*** Opening Input for this task ***
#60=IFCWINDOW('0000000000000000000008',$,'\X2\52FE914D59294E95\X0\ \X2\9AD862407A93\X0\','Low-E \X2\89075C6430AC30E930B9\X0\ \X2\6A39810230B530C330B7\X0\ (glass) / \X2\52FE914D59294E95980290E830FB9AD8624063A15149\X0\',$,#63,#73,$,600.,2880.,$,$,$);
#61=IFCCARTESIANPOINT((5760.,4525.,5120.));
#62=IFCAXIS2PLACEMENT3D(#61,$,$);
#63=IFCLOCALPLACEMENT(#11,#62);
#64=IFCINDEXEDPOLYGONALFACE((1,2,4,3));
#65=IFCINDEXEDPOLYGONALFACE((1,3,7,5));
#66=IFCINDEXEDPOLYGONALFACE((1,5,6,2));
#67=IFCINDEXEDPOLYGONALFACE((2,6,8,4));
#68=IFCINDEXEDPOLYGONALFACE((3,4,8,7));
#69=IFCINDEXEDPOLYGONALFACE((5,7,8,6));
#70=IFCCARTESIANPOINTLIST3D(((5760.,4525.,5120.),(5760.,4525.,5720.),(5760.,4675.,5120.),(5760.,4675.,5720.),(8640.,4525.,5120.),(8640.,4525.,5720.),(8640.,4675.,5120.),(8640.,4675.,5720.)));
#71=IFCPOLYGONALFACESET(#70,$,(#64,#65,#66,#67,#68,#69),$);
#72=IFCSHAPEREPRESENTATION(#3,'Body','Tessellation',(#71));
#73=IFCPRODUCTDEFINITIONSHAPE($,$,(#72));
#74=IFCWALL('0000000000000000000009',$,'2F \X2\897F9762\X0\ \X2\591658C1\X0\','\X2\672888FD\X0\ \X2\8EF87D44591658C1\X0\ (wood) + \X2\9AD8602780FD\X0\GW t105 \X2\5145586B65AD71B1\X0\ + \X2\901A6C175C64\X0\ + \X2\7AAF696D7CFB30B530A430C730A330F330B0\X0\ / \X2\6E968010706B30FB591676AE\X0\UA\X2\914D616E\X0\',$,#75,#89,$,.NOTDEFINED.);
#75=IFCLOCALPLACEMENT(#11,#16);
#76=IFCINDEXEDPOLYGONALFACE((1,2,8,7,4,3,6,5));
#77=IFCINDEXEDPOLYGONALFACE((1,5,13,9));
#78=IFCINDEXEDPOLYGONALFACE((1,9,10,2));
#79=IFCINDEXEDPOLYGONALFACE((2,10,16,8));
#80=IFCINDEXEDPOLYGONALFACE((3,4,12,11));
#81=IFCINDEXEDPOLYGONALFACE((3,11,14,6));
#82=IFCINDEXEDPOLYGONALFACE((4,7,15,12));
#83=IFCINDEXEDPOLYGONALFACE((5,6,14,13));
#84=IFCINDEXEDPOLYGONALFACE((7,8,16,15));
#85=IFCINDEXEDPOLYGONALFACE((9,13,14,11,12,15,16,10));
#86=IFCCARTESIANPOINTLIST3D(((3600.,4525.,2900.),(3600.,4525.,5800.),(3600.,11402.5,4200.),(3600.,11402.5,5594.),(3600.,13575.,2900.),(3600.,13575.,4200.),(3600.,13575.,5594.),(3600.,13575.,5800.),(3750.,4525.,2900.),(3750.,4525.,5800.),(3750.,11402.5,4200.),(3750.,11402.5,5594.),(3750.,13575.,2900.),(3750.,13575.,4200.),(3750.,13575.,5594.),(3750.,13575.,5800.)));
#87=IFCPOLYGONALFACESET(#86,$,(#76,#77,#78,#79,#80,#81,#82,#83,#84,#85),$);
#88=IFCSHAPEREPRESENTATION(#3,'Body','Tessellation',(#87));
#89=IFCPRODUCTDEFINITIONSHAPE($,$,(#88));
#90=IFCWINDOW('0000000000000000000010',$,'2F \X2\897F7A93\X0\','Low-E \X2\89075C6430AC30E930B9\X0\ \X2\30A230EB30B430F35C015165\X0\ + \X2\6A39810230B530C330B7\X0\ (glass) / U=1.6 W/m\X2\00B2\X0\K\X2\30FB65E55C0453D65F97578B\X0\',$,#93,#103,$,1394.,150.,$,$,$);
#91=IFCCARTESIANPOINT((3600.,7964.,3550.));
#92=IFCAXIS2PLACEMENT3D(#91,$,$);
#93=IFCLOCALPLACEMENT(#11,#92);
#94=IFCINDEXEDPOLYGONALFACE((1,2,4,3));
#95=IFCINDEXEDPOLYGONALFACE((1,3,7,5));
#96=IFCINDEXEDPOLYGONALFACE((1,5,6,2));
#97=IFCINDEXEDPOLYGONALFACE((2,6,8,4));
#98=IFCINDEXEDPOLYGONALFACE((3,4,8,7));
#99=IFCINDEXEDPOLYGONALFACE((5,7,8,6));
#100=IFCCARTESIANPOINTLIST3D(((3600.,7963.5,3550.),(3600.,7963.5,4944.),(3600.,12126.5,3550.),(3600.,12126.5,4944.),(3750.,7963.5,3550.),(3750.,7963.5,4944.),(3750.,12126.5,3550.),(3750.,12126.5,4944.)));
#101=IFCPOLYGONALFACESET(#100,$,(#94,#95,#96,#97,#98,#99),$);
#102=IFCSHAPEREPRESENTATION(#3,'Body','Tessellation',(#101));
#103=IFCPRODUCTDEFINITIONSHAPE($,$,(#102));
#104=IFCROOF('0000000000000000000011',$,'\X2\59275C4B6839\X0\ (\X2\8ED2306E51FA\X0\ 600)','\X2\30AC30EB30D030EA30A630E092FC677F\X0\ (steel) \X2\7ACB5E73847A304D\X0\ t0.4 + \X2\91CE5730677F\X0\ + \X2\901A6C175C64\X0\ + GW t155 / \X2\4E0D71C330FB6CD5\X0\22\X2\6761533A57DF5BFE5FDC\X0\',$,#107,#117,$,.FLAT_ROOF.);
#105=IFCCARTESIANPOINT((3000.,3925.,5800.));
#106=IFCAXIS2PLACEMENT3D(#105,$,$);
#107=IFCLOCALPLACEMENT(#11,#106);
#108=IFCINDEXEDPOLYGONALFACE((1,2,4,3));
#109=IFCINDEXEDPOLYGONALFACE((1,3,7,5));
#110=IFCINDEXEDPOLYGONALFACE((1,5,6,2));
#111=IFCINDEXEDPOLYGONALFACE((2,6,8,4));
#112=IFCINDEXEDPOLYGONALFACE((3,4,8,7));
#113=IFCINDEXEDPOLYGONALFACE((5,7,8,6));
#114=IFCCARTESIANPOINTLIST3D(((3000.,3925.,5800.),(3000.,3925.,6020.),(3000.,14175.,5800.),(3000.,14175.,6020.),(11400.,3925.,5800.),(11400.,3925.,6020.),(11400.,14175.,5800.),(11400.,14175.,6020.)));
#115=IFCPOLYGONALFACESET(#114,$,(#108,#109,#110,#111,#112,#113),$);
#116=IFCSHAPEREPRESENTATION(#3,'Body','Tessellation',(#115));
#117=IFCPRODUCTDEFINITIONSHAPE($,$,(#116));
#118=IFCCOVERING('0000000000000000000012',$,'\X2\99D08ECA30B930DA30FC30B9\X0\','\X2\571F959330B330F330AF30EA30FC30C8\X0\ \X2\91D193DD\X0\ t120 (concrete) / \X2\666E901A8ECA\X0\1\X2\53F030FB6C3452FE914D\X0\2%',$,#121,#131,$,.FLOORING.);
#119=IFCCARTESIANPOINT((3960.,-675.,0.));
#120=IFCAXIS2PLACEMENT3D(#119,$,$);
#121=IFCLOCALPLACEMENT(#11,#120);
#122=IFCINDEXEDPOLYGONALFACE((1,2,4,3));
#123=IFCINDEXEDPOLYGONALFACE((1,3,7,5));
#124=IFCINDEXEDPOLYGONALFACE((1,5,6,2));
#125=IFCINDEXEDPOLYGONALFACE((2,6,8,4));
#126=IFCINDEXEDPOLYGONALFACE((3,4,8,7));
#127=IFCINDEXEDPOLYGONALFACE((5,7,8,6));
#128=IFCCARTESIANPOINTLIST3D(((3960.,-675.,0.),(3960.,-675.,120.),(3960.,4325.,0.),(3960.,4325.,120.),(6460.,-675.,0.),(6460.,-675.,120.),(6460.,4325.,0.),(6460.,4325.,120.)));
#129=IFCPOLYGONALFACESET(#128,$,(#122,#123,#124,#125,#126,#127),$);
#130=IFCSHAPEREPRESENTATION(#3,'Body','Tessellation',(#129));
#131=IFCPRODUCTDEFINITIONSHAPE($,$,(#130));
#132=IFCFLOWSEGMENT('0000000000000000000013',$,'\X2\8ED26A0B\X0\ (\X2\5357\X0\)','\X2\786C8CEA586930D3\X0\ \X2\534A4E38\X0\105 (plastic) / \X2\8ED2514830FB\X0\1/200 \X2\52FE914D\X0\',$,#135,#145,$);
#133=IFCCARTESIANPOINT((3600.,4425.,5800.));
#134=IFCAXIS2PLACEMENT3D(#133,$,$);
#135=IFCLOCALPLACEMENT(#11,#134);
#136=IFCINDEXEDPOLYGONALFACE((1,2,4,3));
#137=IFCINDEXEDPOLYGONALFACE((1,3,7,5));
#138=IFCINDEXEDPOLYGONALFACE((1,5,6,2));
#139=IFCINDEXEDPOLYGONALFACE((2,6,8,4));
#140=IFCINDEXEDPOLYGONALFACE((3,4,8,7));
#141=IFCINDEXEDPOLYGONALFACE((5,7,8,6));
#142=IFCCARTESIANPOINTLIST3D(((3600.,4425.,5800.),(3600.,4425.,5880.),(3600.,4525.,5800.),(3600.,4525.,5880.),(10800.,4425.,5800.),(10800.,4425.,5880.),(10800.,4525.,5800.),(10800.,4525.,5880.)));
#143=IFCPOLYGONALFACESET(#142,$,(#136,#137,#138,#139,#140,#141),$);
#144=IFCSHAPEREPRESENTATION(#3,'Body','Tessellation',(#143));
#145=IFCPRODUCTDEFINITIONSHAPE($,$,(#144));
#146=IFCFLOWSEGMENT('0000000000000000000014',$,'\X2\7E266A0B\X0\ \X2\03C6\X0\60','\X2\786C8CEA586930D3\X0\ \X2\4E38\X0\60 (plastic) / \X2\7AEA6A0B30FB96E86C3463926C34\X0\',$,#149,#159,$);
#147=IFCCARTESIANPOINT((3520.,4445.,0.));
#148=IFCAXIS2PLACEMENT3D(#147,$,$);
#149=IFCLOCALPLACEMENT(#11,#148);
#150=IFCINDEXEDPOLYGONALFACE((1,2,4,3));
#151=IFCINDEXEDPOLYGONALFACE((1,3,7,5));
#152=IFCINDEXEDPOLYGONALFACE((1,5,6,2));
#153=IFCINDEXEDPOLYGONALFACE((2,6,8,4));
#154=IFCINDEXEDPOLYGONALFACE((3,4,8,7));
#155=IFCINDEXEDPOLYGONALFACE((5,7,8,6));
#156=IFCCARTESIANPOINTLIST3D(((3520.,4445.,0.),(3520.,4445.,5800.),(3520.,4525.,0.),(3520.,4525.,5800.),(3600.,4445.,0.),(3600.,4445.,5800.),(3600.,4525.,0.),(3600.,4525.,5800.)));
*** Closing Input for this task ***
*** Opening Input for this task ***
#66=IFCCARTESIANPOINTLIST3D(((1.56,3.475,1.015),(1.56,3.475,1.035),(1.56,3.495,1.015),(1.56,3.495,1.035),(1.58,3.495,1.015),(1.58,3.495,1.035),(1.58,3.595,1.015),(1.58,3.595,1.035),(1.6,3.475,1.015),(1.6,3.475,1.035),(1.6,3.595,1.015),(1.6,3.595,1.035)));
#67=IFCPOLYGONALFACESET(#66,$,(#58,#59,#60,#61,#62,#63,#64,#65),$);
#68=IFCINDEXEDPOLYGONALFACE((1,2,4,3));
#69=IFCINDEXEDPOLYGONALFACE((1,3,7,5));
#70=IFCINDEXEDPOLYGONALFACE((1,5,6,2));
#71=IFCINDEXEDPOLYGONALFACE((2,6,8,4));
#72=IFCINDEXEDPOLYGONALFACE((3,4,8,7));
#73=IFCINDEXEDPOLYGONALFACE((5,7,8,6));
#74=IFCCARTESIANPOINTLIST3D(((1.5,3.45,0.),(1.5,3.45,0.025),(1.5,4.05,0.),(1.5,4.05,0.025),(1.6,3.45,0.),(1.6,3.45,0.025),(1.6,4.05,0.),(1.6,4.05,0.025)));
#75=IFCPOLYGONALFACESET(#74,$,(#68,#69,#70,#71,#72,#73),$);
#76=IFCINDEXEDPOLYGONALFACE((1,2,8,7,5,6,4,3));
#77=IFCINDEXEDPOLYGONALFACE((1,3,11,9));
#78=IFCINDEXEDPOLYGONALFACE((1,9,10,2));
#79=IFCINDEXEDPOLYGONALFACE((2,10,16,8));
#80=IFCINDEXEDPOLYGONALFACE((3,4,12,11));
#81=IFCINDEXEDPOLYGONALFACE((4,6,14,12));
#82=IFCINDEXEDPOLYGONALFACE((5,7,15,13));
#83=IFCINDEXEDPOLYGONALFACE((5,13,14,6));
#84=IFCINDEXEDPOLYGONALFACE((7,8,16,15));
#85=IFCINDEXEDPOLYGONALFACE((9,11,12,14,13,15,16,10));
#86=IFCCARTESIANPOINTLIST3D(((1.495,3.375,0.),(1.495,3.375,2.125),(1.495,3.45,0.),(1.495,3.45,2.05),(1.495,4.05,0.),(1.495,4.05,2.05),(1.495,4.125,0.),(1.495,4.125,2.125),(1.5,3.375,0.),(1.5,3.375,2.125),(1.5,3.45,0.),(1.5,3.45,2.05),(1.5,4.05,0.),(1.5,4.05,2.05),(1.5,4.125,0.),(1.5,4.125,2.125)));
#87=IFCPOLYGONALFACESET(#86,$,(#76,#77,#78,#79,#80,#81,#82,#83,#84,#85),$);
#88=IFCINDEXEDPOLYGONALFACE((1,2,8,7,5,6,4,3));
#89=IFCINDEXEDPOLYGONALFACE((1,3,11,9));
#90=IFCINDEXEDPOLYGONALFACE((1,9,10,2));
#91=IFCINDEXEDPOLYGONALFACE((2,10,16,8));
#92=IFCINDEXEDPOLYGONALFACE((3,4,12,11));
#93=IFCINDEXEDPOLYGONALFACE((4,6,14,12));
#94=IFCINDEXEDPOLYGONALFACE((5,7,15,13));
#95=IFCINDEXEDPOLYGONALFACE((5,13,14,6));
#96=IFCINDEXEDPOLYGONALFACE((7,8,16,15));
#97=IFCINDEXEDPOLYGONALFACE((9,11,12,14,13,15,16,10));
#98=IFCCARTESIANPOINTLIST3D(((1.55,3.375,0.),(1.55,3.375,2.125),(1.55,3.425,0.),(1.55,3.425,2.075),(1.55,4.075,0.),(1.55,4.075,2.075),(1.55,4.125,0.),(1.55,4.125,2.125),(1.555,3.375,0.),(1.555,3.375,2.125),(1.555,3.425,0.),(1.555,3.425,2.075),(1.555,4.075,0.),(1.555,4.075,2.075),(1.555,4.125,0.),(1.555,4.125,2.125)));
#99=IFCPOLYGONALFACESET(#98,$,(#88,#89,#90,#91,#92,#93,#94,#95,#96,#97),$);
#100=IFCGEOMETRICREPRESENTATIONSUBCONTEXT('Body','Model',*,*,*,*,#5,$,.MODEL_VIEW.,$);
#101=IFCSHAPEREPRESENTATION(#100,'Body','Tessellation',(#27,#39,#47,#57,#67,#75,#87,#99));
*** Closing Input for this task ***
*** Opening Input for this task ***
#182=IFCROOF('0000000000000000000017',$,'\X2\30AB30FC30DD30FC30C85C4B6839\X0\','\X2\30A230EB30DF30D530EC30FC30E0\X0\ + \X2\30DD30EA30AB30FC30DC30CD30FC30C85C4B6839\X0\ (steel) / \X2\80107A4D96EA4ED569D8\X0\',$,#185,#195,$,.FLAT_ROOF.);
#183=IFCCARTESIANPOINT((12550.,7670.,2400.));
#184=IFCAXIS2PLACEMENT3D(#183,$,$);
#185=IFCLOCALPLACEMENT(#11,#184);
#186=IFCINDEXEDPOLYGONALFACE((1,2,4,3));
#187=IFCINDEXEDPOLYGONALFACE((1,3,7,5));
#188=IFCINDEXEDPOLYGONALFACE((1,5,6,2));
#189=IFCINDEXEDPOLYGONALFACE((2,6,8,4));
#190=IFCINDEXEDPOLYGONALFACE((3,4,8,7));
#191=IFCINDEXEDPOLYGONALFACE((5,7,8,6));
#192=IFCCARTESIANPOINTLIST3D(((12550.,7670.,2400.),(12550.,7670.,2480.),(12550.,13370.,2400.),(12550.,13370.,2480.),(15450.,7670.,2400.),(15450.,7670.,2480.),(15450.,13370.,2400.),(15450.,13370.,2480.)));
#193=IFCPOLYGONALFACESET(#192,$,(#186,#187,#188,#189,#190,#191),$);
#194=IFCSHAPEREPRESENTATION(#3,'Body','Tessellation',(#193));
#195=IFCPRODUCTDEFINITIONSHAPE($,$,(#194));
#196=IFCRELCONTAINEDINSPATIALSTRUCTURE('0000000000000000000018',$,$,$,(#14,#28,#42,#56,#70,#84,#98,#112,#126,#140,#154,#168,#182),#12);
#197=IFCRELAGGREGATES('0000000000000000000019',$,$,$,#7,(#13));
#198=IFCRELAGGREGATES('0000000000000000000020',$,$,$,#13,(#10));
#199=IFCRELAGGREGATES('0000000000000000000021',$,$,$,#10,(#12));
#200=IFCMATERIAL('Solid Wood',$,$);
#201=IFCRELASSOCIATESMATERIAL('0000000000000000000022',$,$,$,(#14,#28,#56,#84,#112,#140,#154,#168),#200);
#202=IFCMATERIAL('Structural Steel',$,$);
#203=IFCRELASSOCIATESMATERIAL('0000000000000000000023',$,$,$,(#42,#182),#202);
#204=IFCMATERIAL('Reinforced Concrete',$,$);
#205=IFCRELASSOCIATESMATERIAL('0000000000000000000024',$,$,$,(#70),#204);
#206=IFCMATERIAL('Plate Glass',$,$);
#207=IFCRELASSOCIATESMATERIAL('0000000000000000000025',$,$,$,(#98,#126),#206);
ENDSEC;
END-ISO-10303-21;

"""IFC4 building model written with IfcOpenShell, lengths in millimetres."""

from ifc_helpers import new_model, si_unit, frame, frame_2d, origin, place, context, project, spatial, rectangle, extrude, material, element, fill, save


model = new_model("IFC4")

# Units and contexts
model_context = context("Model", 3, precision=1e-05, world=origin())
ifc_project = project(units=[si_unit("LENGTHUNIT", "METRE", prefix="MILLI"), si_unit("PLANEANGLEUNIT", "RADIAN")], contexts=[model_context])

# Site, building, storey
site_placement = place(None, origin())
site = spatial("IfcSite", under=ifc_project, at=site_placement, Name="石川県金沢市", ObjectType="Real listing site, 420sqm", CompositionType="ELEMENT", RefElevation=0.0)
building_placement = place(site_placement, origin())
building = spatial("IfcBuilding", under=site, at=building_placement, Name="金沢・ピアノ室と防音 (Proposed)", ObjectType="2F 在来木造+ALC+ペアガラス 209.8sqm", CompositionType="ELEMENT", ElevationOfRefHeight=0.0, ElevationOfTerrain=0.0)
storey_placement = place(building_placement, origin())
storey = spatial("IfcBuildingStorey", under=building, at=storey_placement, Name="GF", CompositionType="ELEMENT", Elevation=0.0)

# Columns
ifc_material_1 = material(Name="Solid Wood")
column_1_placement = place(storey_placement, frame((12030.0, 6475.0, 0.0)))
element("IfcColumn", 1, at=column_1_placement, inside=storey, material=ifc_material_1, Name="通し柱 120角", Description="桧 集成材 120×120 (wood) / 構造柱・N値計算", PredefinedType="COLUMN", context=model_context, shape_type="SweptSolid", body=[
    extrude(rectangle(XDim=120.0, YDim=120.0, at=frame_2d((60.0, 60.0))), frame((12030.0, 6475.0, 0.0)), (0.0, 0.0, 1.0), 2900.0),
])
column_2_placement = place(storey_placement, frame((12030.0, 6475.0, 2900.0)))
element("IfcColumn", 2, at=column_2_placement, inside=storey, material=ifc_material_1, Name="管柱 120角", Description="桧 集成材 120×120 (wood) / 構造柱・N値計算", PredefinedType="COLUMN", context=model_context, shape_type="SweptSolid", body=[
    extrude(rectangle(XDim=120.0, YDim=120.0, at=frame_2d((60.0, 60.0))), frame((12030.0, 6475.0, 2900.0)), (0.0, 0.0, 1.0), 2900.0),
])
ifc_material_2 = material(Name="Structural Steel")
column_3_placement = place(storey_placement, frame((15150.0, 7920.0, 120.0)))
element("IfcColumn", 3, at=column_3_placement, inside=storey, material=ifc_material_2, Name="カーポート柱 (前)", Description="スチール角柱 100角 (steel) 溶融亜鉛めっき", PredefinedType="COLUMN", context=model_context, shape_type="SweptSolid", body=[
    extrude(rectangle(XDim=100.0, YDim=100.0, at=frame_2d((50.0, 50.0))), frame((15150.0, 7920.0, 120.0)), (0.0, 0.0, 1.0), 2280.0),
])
*** Closing Input for this task ***
**Action item:**
Set down again, word for word, the stretch of records from the line with "#72=IFCSHAPEREPRESENTATION(#3,'Body','Tessellation',(#71));" to the line with "#73=IFCPRODUCTDEFINITIONSHAPE($,$,(#72));", both of those lines included.

**Output below:**
#72=IFCSHAPEREPRESENTATION(#3,'Body','Tessellation',(#71));
#73=IFCPRODUCTDEFINITIONSHAPE($,$,(#72));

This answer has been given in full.